As a key partner in the transformation, HR leaders sit alongside business leaders to plan for critical modernization initiatives and develop strategies to drive desired outcomes. At the same time, other important HR capabilities, such as performance management and goal-setting processes, will be critical to driving organization-wide performance outcomes.

The benefits

As a steward of organizational capabilities, the leading practice HR function is a key supporter of insurance modernization. The main challenge for the HR function is to assess organizational needs during the transformation while focusing on broader organizational objectives at the same time. Engaging HR early in the transformational journey sets the foundation for realizing objectives:

  • Defining program impacts to both people and the organization and developing a holistic plan for protecting and expanding the organization’s brain trust and key capabilities.
  • Directing organizational development, including organizational redesign and job analysis activities, by redirecting limited resources toward critical needs and forecasting and managing HR capabilities and capacity in concert with demands.
  • Reshaping talent strategy for risk, actuarial and finance roles, as well as select IT roles, to address shifting skill profiles and talent requirements
  • Designing a change management plan from an HR perspective that aligns culture-related change management and communications activities to promote organizational focus on modernization’s most critical objectives.

From an HR perspective, insurance modernization enables the institutionalization of key capabilities, rather than the loss of key assets as talent moves within and outside the organization.

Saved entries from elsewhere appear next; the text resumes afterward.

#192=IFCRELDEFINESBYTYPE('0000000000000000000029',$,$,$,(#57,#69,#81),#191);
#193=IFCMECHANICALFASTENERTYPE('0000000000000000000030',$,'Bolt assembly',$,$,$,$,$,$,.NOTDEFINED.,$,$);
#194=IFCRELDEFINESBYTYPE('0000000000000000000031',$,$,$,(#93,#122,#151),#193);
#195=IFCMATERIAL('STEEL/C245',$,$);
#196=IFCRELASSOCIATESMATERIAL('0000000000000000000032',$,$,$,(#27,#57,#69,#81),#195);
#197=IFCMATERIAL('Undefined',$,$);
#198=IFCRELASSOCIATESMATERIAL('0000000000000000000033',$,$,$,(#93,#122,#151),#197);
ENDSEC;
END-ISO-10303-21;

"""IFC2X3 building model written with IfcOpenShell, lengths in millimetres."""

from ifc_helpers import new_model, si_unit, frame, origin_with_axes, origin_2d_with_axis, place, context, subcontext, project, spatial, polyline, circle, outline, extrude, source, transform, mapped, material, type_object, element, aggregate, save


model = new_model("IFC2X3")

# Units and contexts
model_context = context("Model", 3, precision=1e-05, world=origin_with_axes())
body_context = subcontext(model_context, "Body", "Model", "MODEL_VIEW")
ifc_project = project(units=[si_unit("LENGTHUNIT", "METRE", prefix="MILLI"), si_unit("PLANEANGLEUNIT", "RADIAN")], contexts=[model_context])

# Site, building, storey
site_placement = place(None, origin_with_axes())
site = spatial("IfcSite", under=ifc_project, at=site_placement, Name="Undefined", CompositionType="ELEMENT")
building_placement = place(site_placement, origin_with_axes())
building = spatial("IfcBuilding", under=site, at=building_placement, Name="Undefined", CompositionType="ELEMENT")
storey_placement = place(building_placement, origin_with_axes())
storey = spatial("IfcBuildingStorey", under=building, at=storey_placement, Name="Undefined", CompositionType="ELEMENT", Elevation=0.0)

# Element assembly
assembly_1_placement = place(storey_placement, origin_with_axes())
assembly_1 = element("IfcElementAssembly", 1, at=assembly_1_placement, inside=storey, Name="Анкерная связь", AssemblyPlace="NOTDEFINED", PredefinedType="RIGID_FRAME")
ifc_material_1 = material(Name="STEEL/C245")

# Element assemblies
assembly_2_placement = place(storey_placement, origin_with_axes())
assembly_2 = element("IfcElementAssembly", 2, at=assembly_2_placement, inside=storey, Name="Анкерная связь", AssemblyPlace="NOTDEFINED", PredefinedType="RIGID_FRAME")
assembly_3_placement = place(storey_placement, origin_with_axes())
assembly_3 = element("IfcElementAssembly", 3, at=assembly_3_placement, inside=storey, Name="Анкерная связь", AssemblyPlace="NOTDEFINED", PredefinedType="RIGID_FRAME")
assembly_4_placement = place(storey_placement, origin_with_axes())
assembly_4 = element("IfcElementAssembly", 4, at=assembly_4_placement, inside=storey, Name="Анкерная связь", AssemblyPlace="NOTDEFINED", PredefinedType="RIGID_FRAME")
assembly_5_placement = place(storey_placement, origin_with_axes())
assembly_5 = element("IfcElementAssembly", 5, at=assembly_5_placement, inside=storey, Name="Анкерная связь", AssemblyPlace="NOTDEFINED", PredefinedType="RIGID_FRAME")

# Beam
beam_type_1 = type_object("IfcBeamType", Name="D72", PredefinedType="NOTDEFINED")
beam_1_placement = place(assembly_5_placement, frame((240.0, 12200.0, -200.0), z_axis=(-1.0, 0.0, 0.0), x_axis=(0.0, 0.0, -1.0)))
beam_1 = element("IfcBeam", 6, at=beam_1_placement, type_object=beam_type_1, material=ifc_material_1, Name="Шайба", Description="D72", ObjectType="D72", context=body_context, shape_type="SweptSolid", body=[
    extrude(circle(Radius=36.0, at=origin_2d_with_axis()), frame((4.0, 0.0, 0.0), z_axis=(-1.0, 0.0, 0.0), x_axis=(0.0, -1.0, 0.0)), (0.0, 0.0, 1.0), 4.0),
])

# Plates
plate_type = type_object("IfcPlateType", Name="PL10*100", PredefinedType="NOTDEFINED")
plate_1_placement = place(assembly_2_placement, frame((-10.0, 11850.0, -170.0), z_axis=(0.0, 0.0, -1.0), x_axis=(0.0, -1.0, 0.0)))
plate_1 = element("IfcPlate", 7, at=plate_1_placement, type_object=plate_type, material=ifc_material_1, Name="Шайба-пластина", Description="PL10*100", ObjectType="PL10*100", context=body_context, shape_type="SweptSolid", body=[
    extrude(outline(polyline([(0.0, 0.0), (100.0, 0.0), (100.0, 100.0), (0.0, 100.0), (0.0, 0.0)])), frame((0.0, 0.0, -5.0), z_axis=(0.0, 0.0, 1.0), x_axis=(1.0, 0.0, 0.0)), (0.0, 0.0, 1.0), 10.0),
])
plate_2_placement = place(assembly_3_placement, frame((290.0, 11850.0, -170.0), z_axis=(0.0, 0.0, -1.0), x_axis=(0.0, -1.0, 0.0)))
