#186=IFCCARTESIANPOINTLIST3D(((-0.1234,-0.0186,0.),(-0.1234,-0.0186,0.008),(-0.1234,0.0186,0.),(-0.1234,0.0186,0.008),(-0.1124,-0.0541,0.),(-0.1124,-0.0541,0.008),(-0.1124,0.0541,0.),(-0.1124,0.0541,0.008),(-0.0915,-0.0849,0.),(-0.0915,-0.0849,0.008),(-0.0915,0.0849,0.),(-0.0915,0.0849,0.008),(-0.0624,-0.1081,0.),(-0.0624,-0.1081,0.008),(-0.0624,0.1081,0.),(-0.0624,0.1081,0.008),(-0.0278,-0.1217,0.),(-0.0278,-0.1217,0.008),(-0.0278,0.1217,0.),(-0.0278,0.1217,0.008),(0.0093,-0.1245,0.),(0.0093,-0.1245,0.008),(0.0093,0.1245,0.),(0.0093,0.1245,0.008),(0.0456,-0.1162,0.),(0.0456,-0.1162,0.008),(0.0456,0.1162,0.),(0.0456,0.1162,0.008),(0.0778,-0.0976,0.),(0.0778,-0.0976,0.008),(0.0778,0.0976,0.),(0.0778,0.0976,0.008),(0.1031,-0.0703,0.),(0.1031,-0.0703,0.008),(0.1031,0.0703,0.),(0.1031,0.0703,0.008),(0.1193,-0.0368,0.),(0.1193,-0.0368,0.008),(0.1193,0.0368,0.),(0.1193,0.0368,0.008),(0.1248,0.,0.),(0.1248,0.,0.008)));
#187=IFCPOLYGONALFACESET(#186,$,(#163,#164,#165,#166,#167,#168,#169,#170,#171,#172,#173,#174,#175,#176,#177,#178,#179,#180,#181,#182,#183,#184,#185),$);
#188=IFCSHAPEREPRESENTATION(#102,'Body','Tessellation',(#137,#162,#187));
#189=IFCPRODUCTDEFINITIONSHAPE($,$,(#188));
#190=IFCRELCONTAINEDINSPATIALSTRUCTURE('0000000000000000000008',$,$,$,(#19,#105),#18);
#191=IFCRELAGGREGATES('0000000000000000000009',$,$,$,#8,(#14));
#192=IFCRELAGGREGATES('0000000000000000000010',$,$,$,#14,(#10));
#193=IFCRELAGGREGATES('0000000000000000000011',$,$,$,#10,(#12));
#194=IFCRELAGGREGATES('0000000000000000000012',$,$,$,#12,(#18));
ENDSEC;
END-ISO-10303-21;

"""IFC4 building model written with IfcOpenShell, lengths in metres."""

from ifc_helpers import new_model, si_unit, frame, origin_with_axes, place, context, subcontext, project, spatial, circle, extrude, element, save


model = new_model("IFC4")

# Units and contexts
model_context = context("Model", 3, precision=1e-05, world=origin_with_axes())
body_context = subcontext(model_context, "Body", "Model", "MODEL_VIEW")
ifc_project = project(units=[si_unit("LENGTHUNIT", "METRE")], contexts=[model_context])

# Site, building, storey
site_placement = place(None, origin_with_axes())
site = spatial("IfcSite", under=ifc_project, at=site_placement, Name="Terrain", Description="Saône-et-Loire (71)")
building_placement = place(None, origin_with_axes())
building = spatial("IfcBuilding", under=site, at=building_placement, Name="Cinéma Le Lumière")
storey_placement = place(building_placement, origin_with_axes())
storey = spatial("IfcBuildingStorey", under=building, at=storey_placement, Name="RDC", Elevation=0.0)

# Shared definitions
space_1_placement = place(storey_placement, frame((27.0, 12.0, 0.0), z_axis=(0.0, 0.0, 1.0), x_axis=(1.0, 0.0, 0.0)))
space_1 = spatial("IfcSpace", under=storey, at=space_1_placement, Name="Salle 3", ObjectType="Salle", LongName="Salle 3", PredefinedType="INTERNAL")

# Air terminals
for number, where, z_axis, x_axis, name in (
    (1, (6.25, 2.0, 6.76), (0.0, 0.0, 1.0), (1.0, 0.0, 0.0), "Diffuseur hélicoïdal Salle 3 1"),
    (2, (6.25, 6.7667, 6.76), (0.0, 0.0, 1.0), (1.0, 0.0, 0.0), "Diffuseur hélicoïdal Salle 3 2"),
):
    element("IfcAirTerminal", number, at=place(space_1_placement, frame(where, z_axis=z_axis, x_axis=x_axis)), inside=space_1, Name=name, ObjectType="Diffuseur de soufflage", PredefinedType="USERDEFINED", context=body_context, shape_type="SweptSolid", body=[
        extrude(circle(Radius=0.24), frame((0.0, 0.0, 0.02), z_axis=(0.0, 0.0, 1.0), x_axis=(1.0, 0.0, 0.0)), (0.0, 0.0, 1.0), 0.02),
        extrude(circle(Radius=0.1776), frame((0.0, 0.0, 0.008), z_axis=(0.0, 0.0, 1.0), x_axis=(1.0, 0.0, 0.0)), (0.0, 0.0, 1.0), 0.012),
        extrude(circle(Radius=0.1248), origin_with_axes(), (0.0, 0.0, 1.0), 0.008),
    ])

Modernized IT services and platforms enable both performance and scalability by facilitating more efficient use of talent.

Critical success factors

The degree of HR’s impact on modernization hinges on the degree to which it can partner with key business leaders. HR can provide critical support when it is engaged early on and acts as counsel to risk, actuarial and finance leaders on the people and organizational impacts stemming from modernization. The following factors apply:

  • Early involvement to design appropriate governance, oversight and decision-making processes, as well as evaluate the impacts of technology and process changes that can drive changes to talent, structure and performance requirements.
  • Sustained participation in decision making to enable thorough discussion of broader organizational- and talent-related impacts, as well as redirection of activities as needed to align decisions to broader organizational goals, drive accountability and protect against critical talent loss.
  • Active engagement with talent at all levels of the organization to understand the impacts of the transformation on roles, employee satisfaction and engagement within the organization, as well as the talent risks that may need to be managed.

HR also often has a cross-functional view of impacts and can identify key talent from other parts of the organization to lead transformation efforts. With an eye on the future needs of the organization, HR can provide advice to keep leaders on the same page and help provide solutions to issues that arise along the modernization journey.

Next steps

To be successful, transformation requires discipline and continued leadership commitment to achieve goals. HR is well-positioned to help drive progress and momentum toward achieving higher levels of organizational maturity. HR also can help to keep leaders connected, as well as monitor and maintain alignment between organizational and individual goals. It also provides a people-focused perspective to modernization objectives and initiatives and works with business leaders to protect the organization’s talent assets.